I'll conclude with a discussion of a GME version of propensity score matching (with estimation of the propensity score using a discrete choice GME model and estimation of the average treatment effect in the second stage as usual). I'm specifically interested in whether GME outperforms standard discrete choice estimation of the propensity score in cases of low common support. Eventually I'd like to run this method on LaLonde's (1986) data from his classic test of propensity score matching, but that probably won't be ready by the conference.


  1. I've heard of GME but don't really know what it is, but I find this area really interesting. The Dehajia & Waba (2002) and Smith & Todd (2005) back and forth was great. Is there a good go-to introduction for GME?

    1. DW and ST are going over PSM, not GME.

      PSM is a prominent quasi-experimental design, and I agree it's intriguing because it's more accessible than most alternatives - but it comes with a lot of cost in terms of biased estimates. So it really requires a lot of careful justification and introspection... which makes for interesting discussion.

      Think of GME as an alternative estimation strategy. So whereas PSM is an alternative to random assignment, RDD, DID, etc. you can think of GME as an alternative to least squares or maximum likelihood. It's a way of getting an answer mathematically that can be applied to all kinds of models. Why use it? It has certain properties that are desirable, particularly in cases with small sample size or if you don't want to make firm distributional assumptions (which you have to for maximum likelihood or least squares).

      Perhaps I'll do a post on the basics of GME soon.

      Basically with ML you maximize a likelihood function that you specify based on your model and your assumptions about distributions of the error terms. With GME you are maximizing the entropy of your outcome variable and an error term: -(SUM(plog(p)).

      Why would you do this? Where is the model?

      Well that takes a little more explaining. You do it because it's a more conservative estimate that requires less assumptions about the distribution of the errors. The model is specified in the constraints of the maximization problem.

    2. The best introduction I have is my professor's slides! The second best introduction is one of many very expensive books by Amos Golan.

      A great summary of the GME model I'm using in the PSM context is in:

      A Maximum Entropy Approach to Recovering Information From Multinomial Response Data
      Author(s): Amos Golan, George Judge and Jeffrey M. PerloffSource: Journal of the American Statistical Association, Vol. 91, No. 434 (Jun., 1996), pp. 841-853

      That is the discrete choice version, but it should give you a sense of how these models are set up - and I believe they give an overview of the benefits of GME (otherwise there should be cites).

      I found it extremely readable for an article in a statistical journal, which I usually find hard to follow - but that may be because I was immersing myself in it all semester for the seminar.

    3. Rereading your comment I'm wondering if you actually were on the same page as my first comment already.

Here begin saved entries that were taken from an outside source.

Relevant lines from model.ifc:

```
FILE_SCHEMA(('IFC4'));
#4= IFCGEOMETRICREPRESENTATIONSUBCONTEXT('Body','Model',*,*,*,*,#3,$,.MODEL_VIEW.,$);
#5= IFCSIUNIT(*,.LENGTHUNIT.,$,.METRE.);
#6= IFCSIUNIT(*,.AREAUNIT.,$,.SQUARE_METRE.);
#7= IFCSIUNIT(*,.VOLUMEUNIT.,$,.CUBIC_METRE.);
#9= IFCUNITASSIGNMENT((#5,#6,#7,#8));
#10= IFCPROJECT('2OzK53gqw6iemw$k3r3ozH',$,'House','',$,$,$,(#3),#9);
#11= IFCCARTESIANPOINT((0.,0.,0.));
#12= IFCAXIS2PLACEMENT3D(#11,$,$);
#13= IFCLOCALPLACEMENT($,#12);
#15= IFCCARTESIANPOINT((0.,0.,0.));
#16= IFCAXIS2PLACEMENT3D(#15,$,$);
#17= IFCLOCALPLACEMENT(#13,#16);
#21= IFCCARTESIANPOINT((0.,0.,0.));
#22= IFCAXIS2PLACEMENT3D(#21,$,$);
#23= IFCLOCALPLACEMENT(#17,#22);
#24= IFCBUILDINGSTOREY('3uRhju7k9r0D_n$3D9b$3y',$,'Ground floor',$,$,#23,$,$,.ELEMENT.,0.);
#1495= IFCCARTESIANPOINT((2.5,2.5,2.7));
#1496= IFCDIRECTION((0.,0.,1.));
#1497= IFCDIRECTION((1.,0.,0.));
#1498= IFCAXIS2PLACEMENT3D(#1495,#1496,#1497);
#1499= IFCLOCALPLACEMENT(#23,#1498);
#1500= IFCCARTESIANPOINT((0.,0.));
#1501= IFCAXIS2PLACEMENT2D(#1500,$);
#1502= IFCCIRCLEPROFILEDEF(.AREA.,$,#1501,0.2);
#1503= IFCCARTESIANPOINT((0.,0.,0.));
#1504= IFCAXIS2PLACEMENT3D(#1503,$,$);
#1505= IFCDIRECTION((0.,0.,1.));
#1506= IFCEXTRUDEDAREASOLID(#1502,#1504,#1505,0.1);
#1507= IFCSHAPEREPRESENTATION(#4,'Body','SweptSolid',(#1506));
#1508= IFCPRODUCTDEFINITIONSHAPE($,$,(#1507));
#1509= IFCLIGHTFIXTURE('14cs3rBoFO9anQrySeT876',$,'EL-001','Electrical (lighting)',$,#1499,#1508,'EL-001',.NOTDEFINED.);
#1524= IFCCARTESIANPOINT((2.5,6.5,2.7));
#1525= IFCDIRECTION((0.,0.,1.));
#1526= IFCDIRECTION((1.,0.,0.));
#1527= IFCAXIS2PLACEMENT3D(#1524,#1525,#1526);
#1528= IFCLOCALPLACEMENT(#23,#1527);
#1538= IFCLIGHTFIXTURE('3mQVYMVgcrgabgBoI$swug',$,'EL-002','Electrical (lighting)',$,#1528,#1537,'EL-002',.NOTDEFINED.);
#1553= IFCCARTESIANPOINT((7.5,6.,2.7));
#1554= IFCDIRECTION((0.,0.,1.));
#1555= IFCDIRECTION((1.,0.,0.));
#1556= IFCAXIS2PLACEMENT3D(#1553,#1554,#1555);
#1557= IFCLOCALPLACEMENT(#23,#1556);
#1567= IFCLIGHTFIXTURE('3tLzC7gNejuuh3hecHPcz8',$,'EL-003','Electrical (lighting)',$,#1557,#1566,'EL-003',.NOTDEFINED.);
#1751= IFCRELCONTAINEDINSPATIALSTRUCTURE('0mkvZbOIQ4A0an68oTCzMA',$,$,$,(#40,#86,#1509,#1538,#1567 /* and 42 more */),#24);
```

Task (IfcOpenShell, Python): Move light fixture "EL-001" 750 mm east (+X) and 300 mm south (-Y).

```python
import ifcopenshell
import ifcopenshell.api.geometry
import ifcopenshell.util.placement
import ifcopenshell.util.unit

model = ifcopenshell.open("model.ifc")
unit_scale = ifcopenshell.util.unit.calculate_unit_scale(model)

item = model.by_guid("14cs3rBoFO9anQrySeT876")
matrix = ifcopenshell.util.placement.get_local_placement(item.ObjectPlacement)
matrix[0, 3] += 0.75 / unit_scale
matrix[1, 3] -= 0.3 / unit_scale
ifcopenshell.api.geometry.edit_object_placement(model, product=item, matrix=matrix, is_si=False)

print(ifcopenshell.util.placement.get_local_placement(item.ObjectPlacement).round(3) + 0.0)

model.write("model_v2.ifc")
```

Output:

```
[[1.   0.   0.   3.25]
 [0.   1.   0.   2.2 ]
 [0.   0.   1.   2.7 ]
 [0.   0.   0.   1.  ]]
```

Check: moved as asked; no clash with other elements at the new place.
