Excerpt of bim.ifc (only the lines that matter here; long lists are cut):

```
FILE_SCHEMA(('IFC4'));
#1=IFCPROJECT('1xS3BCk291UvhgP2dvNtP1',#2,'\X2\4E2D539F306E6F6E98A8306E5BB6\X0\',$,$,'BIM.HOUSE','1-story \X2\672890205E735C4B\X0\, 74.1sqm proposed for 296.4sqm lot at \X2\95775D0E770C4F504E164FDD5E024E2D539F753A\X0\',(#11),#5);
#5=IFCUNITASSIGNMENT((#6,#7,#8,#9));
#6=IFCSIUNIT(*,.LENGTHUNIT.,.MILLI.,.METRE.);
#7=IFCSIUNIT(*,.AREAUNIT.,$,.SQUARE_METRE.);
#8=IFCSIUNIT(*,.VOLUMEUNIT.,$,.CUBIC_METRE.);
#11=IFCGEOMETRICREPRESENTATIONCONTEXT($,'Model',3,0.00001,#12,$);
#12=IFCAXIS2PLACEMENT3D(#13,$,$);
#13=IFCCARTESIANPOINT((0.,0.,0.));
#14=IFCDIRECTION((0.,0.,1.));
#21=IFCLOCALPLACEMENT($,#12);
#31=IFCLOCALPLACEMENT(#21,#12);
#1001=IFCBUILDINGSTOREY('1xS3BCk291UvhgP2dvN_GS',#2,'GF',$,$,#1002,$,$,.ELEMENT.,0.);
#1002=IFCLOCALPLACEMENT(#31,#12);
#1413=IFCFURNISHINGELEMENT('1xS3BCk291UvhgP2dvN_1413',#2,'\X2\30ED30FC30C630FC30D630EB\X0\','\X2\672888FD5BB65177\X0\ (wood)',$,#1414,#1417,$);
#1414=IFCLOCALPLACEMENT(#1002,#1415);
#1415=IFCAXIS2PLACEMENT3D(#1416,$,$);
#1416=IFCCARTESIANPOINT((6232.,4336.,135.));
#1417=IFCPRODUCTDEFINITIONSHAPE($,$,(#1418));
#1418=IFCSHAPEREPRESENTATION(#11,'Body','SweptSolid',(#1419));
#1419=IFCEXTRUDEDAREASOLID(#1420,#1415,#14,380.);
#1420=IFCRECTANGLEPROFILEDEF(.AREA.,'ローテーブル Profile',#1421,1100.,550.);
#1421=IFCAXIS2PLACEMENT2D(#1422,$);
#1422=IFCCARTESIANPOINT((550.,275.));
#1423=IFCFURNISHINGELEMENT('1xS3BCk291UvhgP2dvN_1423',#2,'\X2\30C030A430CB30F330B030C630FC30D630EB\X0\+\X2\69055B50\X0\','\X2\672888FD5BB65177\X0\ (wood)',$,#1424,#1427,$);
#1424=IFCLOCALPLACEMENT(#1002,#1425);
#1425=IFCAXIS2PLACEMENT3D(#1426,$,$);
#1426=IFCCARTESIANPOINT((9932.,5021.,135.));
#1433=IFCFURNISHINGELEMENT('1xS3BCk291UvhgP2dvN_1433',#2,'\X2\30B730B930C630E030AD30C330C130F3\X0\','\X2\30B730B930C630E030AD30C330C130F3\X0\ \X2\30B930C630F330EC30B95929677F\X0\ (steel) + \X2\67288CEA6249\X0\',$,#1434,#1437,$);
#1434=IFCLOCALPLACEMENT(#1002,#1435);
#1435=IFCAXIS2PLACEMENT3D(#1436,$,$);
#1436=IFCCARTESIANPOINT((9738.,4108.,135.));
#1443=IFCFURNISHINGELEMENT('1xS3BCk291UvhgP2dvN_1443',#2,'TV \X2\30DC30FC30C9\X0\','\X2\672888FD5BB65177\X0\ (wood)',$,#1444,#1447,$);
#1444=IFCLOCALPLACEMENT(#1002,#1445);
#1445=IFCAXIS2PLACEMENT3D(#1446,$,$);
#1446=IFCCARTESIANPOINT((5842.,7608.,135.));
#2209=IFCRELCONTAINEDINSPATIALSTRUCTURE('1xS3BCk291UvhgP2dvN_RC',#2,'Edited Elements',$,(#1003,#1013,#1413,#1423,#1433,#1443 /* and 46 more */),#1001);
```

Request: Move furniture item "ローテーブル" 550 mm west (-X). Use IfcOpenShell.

```python
import ifcopenshell
import ifcopenshell.api.geometry
import ifcopenshell.util.placement
import ifcopenshell.util.unit

model = ifcopenshell.open("bim.ifc")
unit_scale = ifcopenshell.util.unit.calculate_unit_scale(model)

item = model.by_id(1413)
matrix = ifcopenshell.util.placement.get_local_placement(item.ObjectPlacement)
matrix[0, 3] -= 0.55 / unit_scale
ifcopenshell.api.geometry.edit_object_placement(model, product=item, matrix=matrix, is_si=False)

print(ifcopenshell.util.placement.get_local_placement(item.ObjectPlacement).round(3) + 0.0)

model.write("bim_rev.ifc")
```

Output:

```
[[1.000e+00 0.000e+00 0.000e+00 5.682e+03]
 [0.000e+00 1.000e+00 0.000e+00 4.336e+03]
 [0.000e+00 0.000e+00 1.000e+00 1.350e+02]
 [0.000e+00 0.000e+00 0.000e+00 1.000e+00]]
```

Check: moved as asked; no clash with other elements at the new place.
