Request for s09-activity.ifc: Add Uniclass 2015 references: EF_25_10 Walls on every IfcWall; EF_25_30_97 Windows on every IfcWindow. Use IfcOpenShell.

First a look at what the model holds.

```python
import ifcopenshell

model = ifcopenshell.open("s09-activity.ifc")
print(model.schema)
print("classifications:", [c.Name for c in model.by_type("IfcClassification")])
for ifc_class in ("IfcDoor", "IfcRoof", "IfcStair", "IfcWall", "IfcWindow"):
    print(ifc_class, len(model.by_type(ifc_class)))
```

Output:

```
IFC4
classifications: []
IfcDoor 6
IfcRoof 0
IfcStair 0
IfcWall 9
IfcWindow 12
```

```python
import ifcopenshell
import ifcopenshell.api.classification

model = ifcopenshell.open("s09-activity.ifc")

system = ifcopenshell.api.classification.add_classification(model, classification="Uniclass 2015")

codes = {
    "IfcWall": ("EF_25_10", "Walls"),
    "IfcWindow": ("EF_25_30_97", "Windows"),
}
for ifc_class, (code, name) in codes.items():
    products = model.by_type(ifc_class)
    ifcopenshell.api.classification.add_reference(
        model, products=products, classification=system, identification=code, name=name
    )
    print(code, len(products))

model.write("s09-activity_rev.ifc")
```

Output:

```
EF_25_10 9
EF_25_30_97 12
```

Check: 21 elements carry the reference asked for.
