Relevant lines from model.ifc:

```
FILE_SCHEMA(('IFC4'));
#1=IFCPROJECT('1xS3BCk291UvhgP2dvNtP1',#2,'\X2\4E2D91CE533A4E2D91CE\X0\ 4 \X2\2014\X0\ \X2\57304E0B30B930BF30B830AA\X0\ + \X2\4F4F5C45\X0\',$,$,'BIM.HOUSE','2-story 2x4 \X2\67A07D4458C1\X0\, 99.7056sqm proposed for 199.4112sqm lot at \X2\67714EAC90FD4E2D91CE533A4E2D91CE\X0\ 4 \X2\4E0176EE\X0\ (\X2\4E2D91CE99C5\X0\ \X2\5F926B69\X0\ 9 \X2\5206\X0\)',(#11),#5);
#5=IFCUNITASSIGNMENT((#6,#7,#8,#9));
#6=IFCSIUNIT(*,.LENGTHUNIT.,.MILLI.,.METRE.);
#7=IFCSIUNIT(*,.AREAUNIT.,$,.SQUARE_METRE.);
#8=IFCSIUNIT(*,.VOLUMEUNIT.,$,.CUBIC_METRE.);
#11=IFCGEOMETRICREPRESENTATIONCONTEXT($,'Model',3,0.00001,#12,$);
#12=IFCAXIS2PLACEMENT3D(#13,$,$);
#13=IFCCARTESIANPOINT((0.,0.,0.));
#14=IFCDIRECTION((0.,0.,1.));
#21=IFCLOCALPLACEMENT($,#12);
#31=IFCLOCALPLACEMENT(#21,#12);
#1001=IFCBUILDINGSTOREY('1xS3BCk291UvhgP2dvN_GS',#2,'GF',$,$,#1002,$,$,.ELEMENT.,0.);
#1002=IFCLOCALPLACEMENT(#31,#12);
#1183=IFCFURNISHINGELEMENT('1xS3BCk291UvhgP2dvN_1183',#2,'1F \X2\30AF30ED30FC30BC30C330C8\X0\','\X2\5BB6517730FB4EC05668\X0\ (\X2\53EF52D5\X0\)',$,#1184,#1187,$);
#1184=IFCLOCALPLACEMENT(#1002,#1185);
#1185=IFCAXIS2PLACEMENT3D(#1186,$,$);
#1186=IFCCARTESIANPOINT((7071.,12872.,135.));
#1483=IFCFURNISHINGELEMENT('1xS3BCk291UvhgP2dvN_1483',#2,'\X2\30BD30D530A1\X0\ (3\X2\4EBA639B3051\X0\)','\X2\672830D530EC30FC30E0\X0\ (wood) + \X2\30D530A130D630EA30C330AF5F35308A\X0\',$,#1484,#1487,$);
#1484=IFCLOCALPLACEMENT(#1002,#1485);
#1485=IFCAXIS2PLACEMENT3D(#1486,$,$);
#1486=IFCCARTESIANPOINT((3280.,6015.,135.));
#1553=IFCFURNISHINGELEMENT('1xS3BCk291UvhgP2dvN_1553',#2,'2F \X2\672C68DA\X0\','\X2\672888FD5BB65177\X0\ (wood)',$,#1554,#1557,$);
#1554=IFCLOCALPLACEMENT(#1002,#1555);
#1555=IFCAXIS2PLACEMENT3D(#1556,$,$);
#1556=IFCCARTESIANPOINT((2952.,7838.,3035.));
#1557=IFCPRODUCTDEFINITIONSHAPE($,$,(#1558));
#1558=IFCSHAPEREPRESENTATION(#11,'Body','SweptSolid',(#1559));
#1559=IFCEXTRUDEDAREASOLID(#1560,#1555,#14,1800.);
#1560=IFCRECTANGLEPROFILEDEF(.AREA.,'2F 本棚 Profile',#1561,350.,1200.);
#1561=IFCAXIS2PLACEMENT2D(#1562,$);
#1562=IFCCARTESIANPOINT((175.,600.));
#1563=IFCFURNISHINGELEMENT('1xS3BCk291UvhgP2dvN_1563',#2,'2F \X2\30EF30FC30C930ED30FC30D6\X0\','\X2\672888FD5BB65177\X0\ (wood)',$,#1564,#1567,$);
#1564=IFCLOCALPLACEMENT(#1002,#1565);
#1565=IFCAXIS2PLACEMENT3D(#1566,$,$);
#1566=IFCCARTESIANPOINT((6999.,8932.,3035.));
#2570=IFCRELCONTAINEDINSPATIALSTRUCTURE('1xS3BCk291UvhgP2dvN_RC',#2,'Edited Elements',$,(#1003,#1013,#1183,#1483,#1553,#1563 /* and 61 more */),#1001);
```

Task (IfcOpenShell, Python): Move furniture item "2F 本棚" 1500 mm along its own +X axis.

```python
import ifcopenshell
import ifcopenshell.api.geometry
import ifcopenshell.util.placement

model = ifcopenshell.open("model.ifc")

item = model.by_guid("1xS3BCk291UvhgP2dvN_1553")
matrix = ifcopenshell.util.placement.get_local_placement(item.ObjectPlacement)
matrix[:3, 3] += matrix[:3, 0] * 1500.0
ifcopenshell.api.geometry.edit_object_placement(model, product=item, matrix=matrix, is_si=False)

print(ifcopenshell.util.placement.get_local_placement(item.ObjectPlacement).round(3) + 0.0)

model.write("model-out.ifc")
```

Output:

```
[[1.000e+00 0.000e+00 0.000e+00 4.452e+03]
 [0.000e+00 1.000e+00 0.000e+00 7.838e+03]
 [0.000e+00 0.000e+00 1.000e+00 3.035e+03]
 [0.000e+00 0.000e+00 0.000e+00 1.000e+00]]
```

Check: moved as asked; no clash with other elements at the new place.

Either way hopefully it provides a better summary of the lay of the land of what I'm actually doing for other readers.

  2. Yeah my wording was poorly arranged but what I meant by "area" was not GME but rather the debate over how well PSM could recover the true parameters of an underlying model. I mentioned DW and ST bc their analyses built off of Lalonde's work, which you mentioned in your post.

    Thanks for the comments, though, they're very helpful. I've come across GME a couple of times and it always seemed forbidding so I just glossed over it.

  3. Out of curiosity Daniel...has there been any intellectual history articles written on GEM before?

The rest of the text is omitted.